And let not forget about patch Tuesday...which keeps lots of people employeed testing what is going to break by applying the patch.


----------



## SirDice (Feb 26, 2016)

roddierod said:


> When ever I ask this question at work the number one answer is SUPPORT CONTRACTS.  And the only benefit I see is that if something goes wrong you can blame someone else.


It's funny though, every EULA I've read states that the manufacturer isn't responsible or liable for any errors in the software. So even if you have an expensive support contract and things go haywire you still can't sue Microsoft (or any other "big" name) for it.

NB. You can get support contracts for FreeBSD too. Does anyone have one? I'm wondering what their experience is.


----------



## kpa (Feb 26, 2016)

SirDice said:


> It's funny though, every EULA I've read states that the manufacturer isn't responsible or liable for any errors in the software. So even if you have an expensive support contract and things go haywire you still can't sue Microsoft (or any other "big" name) for it.



If that's true then why do people keep quoting it as the reason for not using open source software that has no legal entity behind it?


----------



## protocelt (Feb 26, 2016)

kpa said:


> If that's true then why do people keep quoting it as the reason for not using open source software that has no legal entity behind it?



I always found that to be a load of crap half the time. Support contracts, unlike EULAs, are used mostly for accountability purposes that can be legally enforced. This is of obvious advantage to a business. Plenty of businesses that use open source as part of or even their whole product offerings offer support contracts. Canonical and Red Hat just to name a few well known entities.
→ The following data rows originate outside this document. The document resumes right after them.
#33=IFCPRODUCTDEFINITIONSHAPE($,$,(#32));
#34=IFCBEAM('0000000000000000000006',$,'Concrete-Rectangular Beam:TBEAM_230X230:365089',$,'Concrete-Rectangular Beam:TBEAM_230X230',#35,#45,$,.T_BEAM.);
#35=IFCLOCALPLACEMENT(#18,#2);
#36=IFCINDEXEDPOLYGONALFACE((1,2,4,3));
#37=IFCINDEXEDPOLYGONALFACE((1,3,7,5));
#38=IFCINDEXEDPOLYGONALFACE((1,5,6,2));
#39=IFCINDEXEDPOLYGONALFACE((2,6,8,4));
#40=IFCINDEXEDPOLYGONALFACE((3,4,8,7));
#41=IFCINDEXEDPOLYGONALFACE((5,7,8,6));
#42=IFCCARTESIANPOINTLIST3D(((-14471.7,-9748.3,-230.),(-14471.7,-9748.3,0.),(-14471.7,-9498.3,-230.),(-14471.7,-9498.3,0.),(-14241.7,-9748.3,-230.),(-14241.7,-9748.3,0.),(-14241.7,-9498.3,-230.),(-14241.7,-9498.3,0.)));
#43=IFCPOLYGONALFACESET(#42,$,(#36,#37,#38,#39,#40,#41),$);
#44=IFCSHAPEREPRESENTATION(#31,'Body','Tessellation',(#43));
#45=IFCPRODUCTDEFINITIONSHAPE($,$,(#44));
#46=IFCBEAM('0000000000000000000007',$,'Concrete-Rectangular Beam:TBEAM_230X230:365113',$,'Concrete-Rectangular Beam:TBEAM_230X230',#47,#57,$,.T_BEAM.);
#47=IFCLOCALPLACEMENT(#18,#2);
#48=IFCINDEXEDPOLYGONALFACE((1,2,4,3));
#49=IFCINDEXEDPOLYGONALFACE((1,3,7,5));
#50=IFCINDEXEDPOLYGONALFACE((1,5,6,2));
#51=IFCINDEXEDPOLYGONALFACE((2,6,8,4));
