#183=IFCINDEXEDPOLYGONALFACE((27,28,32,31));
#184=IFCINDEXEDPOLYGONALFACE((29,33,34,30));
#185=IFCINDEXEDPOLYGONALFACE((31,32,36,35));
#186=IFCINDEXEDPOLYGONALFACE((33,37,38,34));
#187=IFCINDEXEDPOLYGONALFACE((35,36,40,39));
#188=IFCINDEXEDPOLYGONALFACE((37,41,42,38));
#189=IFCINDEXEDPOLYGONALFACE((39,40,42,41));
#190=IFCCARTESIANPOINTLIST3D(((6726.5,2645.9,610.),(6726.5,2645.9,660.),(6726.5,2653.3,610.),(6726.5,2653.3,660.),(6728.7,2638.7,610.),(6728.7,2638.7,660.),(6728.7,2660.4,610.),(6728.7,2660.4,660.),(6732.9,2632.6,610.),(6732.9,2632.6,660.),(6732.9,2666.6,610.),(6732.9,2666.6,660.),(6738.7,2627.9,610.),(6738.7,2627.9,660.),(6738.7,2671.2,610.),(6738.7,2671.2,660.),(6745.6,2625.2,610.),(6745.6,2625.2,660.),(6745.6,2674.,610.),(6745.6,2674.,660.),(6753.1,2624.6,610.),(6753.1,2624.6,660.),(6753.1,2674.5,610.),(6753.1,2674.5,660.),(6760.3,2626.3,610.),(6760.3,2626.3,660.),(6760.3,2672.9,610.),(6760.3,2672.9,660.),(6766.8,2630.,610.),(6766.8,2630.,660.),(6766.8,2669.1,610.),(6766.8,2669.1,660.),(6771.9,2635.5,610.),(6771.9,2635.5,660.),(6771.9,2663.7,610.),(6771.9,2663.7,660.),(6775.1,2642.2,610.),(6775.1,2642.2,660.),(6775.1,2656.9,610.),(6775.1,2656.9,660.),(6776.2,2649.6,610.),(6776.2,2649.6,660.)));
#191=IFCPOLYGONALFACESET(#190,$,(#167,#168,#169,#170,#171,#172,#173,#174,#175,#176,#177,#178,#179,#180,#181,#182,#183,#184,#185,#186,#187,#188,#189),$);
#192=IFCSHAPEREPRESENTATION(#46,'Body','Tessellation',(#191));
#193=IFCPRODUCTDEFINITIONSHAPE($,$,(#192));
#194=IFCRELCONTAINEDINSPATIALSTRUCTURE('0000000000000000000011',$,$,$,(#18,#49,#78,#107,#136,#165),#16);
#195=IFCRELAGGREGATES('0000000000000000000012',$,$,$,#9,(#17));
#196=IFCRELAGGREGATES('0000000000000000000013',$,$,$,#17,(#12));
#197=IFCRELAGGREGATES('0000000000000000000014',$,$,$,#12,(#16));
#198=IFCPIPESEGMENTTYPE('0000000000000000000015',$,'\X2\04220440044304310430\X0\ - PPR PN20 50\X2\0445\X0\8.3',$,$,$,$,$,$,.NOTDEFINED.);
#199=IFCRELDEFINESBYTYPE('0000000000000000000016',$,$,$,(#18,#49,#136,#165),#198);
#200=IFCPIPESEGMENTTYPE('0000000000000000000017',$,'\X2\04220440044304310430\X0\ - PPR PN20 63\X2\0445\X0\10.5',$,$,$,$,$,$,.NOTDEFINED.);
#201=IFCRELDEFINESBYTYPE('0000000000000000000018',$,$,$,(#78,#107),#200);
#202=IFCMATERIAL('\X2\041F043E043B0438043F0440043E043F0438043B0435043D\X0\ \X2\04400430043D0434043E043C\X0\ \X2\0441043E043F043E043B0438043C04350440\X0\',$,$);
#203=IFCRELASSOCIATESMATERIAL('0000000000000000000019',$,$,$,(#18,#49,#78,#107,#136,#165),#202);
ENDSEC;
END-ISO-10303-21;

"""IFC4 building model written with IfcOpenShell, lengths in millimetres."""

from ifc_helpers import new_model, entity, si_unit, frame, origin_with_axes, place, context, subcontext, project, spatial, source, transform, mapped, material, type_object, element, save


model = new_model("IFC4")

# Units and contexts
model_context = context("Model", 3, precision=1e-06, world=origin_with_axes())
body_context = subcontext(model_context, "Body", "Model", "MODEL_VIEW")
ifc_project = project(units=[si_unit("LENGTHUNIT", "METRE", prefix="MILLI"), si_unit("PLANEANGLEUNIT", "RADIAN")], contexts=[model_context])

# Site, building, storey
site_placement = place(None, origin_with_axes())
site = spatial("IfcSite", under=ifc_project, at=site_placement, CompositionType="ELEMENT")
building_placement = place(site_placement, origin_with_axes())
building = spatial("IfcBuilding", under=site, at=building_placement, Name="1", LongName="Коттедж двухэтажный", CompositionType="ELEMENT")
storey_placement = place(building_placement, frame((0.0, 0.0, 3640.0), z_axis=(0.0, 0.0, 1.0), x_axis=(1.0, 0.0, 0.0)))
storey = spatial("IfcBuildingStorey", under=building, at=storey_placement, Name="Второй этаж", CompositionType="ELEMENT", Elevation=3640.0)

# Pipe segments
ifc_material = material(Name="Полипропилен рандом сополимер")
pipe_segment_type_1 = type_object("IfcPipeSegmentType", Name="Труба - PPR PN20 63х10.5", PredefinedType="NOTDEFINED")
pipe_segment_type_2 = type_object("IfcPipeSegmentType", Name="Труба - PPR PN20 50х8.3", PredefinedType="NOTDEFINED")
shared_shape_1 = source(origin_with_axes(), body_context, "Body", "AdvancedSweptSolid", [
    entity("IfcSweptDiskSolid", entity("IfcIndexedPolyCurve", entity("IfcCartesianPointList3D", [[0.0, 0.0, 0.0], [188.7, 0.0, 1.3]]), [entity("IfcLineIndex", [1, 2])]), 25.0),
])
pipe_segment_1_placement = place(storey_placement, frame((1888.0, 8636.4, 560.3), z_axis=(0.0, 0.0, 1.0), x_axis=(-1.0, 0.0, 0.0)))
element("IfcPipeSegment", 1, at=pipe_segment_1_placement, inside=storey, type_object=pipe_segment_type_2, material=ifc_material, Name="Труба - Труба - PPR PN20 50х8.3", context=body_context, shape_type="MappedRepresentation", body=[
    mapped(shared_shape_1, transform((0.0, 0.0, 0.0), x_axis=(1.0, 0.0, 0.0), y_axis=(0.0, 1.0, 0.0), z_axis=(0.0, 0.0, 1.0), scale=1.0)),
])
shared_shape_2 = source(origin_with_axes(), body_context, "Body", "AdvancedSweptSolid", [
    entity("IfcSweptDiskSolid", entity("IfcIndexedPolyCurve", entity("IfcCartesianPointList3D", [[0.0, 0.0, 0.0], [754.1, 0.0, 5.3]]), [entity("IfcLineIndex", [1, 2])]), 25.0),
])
EULAs do not prevent you from suing regardless of what the EULA says. In simplified terms my understanding is they only, depending on the context, potentially make your chances of winning in court much harder if held valid. A lot of EULAs have been deemed invalid in court. I can't think of any off the top of my head but a quick Google search should easily bring some up.


----------



## drhowarddrfine (Feb 26, 2016)

scottro said:


> As for Netflix, a lot of that still runs on AWS Linux


Video distribution, as I mentioned, is strictly with FreeBSD.

I see some people have brought up the "if something goes wrong, we can sue Microsoft". Yeah. Right.


----------



## Crivens (Feb 26, 2016)

drhowarddrfine said:


> I see some people have brought up the "if something goes wrong, we can sue Microsoft". Yeah. Right.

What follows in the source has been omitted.